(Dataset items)
┌────────
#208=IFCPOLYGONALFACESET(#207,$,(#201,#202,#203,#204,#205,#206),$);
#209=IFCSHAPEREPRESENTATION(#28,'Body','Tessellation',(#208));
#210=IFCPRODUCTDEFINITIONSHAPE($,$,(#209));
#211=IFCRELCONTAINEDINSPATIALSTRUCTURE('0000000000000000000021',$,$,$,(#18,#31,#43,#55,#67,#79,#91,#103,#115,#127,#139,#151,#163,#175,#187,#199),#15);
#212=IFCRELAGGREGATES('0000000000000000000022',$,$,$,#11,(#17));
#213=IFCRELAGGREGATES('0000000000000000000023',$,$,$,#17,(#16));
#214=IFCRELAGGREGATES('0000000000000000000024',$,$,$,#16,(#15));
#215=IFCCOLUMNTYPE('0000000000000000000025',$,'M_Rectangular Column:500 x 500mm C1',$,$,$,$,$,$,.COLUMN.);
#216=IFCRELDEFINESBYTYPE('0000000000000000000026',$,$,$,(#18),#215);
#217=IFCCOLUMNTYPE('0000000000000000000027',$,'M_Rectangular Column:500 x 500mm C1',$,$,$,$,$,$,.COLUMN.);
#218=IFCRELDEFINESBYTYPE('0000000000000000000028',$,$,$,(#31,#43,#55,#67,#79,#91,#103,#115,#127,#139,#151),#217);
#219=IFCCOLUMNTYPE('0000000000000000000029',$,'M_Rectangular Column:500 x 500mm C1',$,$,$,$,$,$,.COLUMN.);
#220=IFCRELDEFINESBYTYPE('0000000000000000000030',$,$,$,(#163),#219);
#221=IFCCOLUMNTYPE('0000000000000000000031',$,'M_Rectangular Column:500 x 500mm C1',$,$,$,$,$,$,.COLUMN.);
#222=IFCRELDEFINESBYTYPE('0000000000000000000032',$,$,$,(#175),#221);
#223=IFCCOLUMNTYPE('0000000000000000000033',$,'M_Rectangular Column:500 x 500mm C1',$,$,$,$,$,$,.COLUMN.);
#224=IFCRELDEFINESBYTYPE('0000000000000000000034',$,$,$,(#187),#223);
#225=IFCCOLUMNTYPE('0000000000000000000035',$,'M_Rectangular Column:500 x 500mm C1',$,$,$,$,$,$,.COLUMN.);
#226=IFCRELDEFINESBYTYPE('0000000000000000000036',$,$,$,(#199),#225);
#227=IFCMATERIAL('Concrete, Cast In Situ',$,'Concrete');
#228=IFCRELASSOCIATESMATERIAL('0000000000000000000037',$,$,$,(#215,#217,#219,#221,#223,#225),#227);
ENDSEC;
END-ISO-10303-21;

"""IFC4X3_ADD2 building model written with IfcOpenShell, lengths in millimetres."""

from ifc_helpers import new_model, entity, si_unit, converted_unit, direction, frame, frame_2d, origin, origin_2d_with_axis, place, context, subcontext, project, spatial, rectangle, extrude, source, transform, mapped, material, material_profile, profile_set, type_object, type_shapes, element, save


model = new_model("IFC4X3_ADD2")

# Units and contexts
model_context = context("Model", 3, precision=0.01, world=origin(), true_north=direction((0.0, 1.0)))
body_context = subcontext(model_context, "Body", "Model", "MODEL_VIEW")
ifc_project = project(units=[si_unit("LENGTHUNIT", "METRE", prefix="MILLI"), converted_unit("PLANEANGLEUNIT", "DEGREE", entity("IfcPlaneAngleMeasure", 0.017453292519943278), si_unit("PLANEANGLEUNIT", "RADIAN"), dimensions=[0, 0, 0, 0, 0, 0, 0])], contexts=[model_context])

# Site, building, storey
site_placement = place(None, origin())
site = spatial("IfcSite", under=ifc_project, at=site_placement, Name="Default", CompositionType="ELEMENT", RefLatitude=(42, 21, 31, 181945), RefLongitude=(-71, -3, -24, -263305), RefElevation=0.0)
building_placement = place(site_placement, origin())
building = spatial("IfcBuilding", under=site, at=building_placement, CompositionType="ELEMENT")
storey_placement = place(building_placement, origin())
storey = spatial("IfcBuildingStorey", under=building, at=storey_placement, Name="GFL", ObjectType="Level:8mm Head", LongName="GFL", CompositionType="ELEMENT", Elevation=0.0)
└────────
> _What you are asked to do_
Go through the entries and filter for lines holding the word "IFCRELDEFINESBYTYPE"; copy each match.

> _Solved problem_
#216=IFCRELDEFINESBYTYPE('0000000000000000000026',$,$,$,(#18),#215);
#218=IFCRELDEFINESBYTYPE('0000000000000000000028',$,$,$,(#31,#43,#55,#67,#79,#91,#103,#115,#127,#139,#151),#217);
#220=IFCRELDEFINESBYTYPE('0000000000000000000030',$,$,$,(#163),#219);
#222=IFCRELDEFINESBYTYPE('0000000000000000000032',$,$,$,(#175),#221);
#224=IFCRELDEFINESBYTYPE('0000000000000000000034',$,$,$,(#187),#223);
#226=IFCRELDEFINESBYTYPE('0000000000000000000036',$,$,$,(#199),#225);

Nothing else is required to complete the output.